── Source material ──
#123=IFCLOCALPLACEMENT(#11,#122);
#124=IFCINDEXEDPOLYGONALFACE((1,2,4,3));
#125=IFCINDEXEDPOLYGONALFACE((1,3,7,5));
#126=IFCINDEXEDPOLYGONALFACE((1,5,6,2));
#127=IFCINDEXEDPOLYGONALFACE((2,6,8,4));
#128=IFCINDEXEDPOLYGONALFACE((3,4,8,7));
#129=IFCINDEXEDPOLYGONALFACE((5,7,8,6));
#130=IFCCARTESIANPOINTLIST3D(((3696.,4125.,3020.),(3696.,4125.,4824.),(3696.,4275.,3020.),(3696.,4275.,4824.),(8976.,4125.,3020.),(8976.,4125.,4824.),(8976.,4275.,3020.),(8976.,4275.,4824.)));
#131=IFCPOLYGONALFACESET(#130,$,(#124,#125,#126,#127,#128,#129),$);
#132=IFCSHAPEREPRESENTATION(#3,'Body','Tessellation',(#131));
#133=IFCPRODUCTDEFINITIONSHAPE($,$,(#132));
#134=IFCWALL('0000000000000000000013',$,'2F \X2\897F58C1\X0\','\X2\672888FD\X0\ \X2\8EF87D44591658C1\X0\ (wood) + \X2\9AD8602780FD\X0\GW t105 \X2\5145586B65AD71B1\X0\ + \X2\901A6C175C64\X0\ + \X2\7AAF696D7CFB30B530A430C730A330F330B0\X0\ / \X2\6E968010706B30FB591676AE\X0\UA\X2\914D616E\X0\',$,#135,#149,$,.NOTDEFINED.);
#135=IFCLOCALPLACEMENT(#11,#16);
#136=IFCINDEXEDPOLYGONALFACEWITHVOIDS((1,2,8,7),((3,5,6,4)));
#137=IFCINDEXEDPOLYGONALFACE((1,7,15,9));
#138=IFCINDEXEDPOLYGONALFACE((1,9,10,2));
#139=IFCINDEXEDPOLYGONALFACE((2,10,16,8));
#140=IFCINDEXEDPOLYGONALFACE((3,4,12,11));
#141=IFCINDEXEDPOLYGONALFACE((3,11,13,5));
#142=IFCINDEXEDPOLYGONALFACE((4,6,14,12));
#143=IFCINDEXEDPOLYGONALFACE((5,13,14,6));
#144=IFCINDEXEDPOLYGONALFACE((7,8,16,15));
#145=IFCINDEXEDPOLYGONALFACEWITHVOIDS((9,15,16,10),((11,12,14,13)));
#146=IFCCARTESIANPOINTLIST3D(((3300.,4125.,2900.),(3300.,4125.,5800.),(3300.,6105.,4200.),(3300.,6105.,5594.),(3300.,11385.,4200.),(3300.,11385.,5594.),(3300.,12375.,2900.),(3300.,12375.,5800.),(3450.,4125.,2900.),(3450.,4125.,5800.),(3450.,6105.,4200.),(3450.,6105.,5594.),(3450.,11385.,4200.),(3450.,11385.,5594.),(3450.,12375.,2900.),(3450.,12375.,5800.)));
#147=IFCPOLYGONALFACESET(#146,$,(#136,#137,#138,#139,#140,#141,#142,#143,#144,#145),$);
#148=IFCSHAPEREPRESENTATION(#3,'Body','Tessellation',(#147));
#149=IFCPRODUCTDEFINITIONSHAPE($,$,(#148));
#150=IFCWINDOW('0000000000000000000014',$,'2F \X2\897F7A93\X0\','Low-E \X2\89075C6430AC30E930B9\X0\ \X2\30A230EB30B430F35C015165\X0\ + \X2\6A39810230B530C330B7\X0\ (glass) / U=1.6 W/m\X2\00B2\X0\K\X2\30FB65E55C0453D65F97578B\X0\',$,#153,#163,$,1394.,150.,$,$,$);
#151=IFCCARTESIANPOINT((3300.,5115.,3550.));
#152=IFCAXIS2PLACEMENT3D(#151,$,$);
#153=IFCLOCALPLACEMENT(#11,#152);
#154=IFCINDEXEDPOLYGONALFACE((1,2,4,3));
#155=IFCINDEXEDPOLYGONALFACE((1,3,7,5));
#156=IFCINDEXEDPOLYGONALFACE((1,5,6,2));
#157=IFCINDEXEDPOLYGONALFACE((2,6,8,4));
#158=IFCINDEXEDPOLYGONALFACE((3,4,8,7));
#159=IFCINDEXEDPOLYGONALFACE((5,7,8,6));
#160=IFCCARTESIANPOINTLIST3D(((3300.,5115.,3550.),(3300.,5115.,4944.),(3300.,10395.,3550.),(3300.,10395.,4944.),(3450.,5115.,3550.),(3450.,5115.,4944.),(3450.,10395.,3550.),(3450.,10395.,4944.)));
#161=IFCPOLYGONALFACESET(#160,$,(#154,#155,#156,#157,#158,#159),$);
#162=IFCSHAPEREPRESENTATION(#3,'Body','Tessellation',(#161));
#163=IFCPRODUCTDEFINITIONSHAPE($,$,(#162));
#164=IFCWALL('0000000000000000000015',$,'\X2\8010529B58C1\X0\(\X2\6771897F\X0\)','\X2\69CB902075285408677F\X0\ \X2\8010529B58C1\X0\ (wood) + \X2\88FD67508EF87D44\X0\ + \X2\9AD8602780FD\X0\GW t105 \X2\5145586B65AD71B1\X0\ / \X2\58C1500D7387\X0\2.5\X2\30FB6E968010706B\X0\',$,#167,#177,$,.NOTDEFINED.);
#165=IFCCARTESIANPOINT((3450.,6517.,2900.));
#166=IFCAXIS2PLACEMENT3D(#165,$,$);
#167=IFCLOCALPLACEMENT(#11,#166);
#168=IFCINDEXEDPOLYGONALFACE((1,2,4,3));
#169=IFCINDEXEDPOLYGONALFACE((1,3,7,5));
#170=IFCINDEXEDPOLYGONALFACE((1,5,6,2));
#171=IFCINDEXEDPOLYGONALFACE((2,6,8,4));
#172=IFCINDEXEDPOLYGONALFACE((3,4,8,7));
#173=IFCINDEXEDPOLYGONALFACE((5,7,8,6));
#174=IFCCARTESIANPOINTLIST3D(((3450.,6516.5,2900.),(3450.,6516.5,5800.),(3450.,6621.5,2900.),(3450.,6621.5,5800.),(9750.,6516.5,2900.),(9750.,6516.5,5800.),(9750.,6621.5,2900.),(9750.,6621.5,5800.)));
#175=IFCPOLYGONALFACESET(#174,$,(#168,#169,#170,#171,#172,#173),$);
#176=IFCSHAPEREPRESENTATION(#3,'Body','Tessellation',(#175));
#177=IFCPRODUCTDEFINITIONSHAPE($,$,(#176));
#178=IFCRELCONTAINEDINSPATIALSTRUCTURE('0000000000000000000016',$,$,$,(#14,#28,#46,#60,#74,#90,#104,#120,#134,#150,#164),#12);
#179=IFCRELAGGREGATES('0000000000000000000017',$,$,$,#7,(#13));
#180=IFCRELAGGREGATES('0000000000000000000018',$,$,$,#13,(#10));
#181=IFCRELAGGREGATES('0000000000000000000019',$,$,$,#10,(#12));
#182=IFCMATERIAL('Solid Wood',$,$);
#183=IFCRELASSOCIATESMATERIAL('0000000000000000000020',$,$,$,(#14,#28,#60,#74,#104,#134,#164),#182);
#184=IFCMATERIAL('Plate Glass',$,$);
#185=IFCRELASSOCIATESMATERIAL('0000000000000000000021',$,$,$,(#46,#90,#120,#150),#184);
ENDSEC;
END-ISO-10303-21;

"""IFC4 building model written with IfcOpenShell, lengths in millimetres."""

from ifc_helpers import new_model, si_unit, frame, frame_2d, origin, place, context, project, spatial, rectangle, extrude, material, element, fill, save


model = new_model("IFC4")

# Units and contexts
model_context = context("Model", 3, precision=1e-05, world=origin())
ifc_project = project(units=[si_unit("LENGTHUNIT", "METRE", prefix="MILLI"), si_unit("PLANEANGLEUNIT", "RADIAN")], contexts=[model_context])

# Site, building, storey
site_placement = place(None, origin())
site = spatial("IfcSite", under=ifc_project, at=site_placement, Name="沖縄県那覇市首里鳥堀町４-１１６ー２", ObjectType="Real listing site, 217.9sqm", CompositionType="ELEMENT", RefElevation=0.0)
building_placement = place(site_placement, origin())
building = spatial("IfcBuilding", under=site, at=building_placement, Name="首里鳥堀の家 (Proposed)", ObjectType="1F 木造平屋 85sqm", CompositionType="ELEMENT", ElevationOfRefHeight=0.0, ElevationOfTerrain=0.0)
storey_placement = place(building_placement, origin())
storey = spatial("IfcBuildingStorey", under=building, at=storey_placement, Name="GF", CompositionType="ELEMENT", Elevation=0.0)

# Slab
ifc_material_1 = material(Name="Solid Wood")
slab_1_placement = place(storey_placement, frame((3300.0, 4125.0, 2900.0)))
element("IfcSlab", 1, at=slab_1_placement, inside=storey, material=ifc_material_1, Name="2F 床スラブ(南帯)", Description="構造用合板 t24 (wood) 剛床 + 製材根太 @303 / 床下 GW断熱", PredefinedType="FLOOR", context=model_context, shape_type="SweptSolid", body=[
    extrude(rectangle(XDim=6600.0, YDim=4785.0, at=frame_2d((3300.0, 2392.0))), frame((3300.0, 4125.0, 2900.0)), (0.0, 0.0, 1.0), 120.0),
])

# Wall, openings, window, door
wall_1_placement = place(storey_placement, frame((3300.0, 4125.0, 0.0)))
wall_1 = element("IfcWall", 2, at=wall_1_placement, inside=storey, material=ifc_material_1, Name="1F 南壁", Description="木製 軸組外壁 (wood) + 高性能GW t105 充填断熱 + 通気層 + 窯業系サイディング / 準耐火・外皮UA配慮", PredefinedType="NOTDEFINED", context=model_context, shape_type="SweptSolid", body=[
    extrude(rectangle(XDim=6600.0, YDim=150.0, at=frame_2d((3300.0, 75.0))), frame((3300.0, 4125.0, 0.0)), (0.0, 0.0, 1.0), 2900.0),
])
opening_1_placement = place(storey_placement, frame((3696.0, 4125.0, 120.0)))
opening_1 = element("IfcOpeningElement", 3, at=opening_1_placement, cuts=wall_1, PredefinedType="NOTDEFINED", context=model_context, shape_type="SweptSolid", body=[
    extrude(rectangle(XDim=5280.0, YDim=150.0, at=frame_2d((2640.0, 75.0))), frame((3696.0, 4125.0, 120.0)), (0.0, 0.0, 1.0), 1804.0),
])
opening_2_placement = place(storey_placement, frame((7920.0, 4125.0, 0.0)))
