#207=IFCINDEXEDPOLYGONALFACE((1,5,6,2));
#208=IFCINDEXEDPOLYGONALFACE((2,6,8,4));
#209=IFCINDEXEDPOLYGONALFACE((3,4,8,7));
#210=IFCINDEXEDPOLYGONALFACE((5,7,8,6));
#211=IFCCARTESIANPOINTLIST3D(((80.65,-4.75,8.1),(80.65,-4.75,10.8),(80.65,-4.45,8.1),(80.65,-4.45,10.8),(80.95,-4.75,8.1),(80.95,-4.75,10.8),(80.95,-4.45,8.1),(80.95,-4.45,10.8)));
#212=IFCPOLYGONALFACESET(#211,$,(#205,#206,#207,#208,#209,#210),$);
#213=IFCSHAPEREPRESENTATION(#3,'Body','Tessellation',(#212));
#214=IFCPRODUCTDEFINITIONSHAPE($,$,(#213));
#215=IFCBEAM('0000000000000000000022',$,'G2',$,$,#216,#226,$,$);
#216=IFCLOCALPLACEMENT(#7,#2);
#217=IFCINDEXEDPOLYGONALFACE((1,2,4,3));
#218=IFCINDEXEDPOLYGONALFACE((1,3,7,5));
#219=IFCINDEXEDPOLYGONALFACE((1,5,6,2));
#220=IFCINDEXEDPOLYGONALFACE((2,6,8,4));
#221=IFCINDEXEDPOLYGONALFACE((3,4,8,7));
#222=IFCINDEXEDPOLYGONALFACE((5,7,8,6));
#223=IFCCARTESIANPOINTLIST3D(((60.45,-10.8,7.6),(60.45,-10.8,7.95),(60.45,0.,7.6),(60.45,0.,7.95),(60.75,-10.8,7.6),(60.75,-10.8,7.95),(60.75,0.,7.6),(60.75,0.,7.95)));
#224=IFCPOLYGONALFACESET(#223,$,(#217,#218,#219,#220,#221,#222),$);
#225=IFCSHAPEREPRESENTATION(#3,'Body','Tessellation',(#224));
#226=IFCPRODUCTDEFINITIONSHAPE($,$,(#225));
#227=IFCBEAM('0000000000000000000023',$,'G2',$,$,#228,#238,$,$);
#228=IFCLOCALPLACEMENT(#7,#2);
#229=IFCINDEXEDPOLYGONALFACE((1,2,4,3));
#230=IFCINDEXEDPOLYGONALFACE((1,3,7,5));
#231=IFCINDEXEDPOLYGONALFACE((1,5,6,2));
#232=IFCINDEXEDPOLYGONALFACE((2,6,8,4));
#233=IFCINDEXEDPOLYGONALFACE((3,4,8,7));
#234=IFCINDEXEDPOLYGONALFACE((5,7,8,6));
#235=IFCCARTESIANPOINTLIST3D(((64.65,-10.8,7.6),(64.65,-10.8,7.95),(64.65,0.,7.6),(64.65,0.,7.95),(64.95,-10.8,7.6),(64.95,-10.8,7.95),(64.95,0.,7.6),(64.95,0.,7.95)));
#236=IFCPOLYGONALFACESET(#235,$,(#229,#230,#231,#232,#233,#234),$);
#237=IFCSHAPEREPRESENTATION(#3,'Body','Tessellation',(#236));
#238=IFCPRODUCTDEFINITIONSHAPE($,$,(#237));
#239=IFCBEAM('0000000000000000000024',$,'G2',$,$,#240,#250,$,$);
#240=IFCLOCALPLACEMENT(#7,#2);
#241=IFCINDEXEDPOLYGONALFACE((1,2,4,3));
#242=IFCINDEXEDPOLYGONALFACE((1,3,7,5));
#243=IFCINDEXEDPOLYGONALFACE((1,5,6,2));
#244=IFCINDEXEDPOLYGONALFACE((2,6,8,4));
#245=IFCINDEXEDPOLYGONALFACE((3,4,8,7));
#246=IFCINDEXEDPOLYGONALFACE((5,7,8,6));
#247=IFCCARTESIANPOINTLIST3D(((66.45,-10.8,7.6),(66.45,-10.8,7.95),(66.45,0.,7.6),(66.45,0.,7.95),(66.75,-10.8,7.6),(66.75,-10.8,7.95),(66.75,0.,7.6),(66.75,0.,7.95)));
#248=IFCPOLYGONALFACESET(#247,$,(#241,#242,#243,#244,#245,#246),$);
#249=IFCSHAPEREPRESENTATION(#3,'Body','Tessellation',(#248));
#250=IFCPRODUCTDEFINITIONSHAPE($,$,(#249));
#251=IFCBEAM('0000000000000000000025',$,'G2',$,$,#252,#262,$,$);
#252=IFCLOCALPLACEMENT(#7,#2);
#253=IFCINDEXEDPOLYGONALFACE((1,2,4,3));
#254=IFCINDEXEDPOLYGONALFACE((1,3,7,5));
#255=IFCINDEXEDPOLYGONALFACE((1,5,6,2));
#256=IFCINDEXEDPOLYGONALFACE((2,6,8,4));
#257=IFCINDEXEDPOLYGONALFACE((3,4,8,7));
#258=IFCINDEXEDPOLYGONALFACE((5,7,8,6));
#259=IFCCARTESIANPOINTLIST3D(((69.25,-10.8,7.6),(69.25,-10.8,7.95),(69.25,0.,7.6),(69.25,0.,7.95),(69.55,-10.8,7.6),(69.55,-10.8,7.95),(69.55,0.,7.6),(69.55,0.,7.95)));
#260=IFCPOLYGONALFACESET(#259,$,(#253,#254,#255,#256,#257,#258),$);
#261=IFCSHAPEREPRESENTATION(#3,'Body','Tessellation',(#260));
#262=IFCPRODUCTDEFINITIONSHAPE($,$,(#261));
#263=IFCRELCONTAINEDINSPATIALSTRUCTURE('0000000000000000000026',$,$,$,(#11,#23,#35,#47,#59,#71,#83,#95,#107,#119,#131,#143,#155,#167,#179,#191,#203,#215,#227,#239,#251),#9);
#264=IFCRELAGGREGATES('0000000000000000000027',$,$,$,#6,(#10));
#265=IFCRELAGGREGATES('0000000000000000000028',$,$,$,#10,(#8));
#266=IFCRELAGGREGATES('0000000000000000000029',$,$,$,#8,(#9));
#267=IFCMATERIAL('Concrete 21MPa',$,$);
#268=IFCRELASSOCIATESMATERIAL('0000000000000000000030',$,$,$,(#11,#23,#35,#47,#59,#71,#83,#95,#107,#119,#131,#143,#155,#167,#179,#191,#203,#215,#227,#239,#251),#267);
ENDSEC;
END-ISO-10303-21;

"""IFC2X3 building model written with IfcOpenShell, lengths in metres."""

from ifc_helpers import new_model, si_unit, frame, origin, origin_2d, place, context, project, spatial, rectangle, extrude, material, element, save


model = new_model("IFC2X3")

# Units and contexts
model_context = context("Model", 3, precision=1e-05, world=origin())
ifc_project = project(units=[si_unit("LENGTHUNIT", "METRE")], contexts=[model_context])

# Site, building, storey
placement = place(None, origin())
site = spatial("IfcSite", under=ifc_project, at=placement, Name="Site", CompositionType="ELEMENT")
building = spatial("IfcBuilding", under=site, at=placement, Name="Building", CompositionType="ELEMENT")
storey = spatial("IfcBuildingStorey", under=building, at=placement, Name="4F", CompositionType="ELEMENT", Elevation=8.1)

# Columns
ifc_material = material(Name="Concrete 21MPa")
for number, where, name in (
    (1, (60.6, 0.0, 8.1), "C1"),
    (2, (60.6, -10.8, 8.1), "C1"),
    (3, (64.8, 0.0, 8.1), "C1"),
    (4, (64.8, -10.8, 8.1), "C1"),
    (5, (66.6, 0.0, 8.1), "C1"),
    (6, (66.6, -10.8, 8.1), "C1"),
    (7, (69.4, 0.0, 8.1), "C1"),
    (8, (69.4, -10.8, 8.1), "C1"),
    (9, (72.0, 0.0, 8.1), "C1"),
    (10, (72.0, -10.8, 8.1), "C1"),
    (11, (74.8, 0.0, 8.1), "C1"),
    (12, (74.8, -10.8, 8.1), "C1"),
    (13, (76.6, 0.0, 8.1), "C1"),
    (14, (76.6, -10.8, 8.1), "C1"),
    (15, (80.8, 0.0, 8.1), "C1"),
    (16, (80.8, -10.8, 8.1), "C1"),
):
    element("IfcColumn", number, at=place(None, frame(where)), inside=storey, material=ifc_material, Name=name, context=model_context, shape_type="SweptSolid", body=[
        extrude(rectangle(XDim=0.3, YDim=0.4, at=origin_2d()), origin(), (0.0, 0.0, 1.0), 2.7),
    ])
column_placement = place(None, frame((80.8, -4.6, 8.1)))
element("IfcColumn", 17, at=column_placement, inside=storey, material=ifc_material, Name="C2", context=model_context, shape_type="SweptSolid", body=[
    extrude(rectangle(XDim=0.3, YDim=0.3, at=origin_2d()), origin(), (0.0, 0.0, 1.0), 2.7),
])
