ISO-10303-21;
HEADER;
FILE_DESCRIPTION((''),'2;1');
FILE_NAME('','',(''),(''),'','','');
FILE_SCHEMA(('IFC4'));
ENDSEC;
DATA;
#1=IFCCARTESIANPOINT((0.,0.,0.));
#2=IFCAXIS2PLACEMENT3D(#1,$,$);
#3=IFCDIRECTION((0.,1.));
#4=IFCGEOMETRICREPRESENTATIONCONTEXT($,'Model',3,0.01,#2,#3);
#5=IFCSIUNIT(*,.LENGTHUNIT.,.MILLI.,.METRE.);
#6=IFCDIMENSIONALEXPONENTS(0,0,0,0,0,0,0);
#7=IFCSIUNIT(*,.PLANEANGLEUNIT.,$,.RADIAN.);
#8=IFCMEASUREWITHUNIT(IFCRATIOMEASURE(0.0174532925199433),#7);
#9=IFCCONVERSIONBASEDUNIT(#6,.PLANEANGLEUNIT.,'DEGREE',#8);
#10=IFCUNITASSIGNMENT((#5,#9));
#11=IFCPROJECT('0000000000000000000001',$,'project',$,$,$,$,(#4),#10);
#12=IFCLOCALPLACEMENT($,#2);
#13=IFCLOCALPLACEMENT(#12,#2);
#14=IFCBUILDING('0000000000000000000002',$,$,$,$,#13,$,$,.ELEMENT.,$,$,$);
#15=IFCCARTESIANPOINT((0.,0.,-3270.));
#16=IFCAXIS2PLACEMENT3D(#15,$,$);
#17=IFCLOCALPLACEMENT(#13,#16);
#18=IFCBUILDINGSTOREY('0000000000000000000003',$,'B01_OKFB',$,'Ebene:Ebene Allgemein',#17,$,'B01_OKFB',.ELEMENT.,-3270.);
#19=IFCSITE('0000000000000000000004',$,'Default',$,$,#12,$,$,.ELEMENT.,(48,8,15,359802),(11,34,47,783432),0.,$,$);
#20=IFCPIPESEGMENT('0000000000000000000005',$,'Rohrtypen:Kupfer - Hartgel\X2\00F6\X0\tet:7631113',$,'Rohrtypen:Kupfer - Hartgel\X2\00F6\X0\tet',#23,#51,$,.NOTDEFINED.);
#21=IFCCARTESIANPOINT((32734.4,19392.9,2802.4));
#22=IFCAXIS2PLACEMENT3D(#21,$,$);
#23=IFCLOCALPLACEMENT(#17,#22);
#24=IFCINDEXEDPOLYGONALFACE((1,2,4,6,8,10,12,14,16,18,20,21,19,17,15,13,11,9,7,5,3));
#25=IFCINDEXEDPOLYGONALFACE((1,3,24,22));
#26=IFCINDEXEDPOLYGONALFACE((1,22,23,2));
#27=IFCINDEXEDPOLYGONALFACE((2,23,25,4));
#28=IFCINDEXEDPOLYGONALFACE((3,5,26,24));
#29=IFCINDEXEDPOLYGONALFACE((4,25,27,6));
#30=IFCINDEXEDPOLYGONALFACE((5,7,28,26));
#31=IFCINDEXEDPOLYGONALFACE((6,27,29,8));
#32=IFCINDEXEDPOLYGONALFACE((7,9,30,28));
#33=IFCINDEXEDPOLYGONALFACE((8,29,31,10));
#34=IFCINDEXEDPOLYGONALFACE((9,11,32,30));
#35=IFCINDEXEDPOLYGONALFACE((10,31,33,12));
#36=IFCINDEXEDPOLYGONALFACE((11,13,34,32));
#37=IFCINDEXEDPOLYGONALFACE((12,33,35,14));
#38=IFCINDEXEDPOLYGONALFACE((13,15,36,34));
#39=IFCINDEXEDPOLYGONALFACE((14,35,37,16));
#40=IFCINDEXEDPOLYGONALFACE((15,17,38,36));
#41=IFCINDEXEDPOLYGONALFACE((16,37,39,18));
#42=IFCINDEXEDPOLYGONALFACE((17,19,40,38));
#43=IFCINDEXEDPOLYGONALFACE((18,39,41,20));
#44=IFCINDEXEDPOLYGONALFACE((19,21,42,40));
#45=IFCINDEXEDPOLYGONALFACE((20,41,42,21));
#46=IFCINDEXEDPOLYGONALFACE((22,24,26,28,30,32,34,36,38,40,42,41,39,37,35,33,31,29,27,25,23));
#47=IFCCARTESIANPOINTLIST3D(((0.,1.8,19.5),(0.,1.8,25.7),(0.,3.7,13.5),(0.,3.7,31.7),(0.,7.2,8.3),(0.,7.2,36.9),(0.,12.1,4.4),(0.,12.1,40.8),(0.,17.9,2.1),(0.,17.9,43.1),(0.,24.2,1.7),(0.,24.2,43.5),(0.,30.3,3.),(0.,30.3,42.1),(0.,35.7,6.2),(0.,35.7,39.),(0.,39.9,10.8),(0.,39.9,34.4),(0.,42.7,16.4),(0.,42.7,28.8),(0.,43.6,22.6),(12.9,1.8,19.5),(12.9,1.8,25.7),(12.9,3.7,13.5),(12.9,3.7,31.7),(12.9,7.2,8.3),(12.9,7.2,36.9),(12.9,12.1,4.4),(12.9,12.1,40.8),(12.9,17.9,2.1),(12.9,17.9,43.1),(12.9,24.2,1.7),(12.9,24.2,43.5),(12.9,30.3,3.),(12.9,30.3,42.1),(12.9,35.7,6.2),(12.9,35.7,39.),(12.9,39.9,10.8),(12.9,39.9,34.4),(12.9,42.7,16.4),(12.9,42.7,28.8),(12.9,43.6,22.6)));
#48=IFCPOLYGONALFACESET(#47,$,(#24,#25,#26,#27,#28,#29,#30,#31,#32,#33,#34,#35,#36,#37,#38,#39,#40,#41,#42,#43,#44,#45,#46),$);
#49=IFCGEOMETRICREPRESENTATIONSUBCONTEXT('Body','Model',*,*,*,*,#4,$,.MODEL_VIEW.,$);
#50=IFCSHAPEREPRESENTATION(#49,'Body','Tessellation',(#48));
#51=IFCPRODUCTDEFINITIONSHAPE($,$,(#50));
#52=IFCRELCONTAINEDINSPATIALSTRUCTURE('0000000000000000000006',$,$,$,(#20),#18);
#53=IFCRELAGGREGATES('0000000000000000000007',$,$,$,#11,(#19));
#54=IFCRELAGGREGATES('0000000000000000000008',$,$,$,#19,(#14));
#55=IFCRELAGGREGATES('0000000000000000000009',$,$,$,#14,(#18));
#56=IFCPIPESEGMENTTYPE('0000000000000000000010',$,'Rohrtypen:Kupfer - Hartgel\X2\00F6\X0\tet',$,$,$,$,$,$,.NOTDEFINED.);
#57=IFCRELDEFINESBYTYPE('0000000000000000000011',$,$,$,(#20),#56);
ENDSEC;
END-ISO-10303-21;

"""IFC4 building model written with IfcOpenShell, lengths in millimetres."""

from ifc_helpers import new_model, entity, si_unit, converted_unit, direction, frame, origin, origin_2d_with_axis, place, context, subcontext, project, spatial, circle, extrude, type_object, element, save


model = new_model("IFC4")

# Units and contexts
model_context = context("Model", 3, precision=0.01, world=origin(), true_north=direction((0.0, 1.0)))
body_context = subcontext(model_context, "Body", "Model", "MODEL_VIEW")
ifc_project = project(units=[si_unit("LENGTHUNIT", "METRE", prefix="MILLI"), converted_unit("PLANEANGLEUNIT", "DEGREE", entity("IfcRatioMeasure", 0.0174532925199433), si_unit("PLANEANGLEUNIT", "RADIAN"), dimensions=[0, 0, 0, 0, 0, 0, 0])], contexts=[model_context])

# Site, building, storey
site_placement = place(None, origin())
site = spatial("IfcSite", under=ifc_project, at=site_placement, Name="Default", CompositionType="ELEMENT", RefLatitude=(48, 8, 15, 359802), RefLongitude=(11, 34, 47, 783432), RefElevation=0.0)
building_placement = place(site_placement, origin())
building = spatial("IfcBuilding", under=site, at=building_placement, CompositionType="ELEMENT")
storey_placement = place(building_placement, frame((0.0, 0.0, -3270.0)))
storey = spatial("IfcBuildingStorey", under=building, at=storey_placement, Name="B01_OKFB", ObjectType="Ebene:Ebene Allgemein", LongName="B01_OKFB", CompositionType="ELEMENT", Elevation=-3270.0)

# Pipe segment
pipe_segment_type = type_object("IfcPipeSegmentType", Name="Rohrtypen:Kupfer - Hartgelötet", PredefinedType="NOTDEFINED")
pipe_segment_1_placement = place(storey_placement, frame((32734.4, 19392.9, 2802.4)))
element("IfcPipeSegment", 1, at=pipe_segment_1_placement, inside=storey, type_object=pipe_segment_type, Name="Rohrtypen:Kupfer - Hartgelötet:7631113", ObjectType="Rohrtypen:Kupfer - Hartgelötet", PredefinedType="NOTDEFINED", context=body_context, shape_type="SweptSolid", body=[
    extrude(circle(Radius=21.0, at=origin_2d_with_axis()), frame((0.0, 22.6, 22.6), z_axis=(1.0, 0.0, 0.0), x_axis=(0.0, 1.0, 0.0)), (0.0, 0.0, 1.0), 12.9),
])

save(model, "model.ifc")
───
◆ What is being asked ◆
Using the data above, print exactly the lines from the line that contains "#149=IFCPRODUCTDEFINITIONSHAPE($,$,(#148));" through the line that contains "#163=IFCPRODUCTDEFINITIONSHAPE($,$,(#162));", with both included.

◆ Output of the task ◆
#149=IFCPRODUCTDEFINITIONSHAPE($,$,(#148));
#150=IFCWINDOW('0000000000000000000014',$,'2F \X2\897F7A93\X0\','Low-E \X2\89075C6430AC30E930B9\X0\ \X2\30A230EB30B430F35C015165\X0\ + \X2\6A39810230B530C330B7\X0\ (glass) / U=1.6 W/m\X2\00B2\X0\K\X2\30FB65E55C0453D65F97578B\X0\',$,#153,#163,$,1394.,150.,$,$,$);
#151=IFCCARTESIANPOINT((3300.,5115.,3550.));
#152=IFCAXIS2PLACEMENT3D(#151,$,$);
#153=IFCLOCALPLACEMENT(#11,#152);
#154=IFCINDEXEDPOLYGONALFACE((1,2,4,3));
#155=IFCINDEXEDPOLYGONALFACE((1,3,7,5));
#156=IFCINDEXEDPOLYGONALFACE((1,5,6,2));
#157=IFCINDEXEDPOLYGONALFACE((2,6,8,4));
#158=IFCINDEXEDPOLYGONALFACE((3,4,8,7));
#159=IFCINDEXEDPOLYGONALFACE((5,7,8,6));
#160=IFCCARTESIANPOINTLIST3D(((3300.,5115.,3550.),(3300.,5115.,4944.),(3300.,10395.,3550.),(3300.,10395.,4944.),(3450.,5115.,3550.),(3450.,5115.,4944.),(3450.,10395.,3550.),(3450.,10395.,4944.)));
#161=IFCPOLYGONALFACESET(#160,$,(#154,#155,#156,#157,#158,#159),$);
#162=IFCSHAPEREPRESENTATION(#3,'Body','Tessellation',(#161));
#163=IFCPRODUCTDEFINITIONSHAPE($,$,(#162));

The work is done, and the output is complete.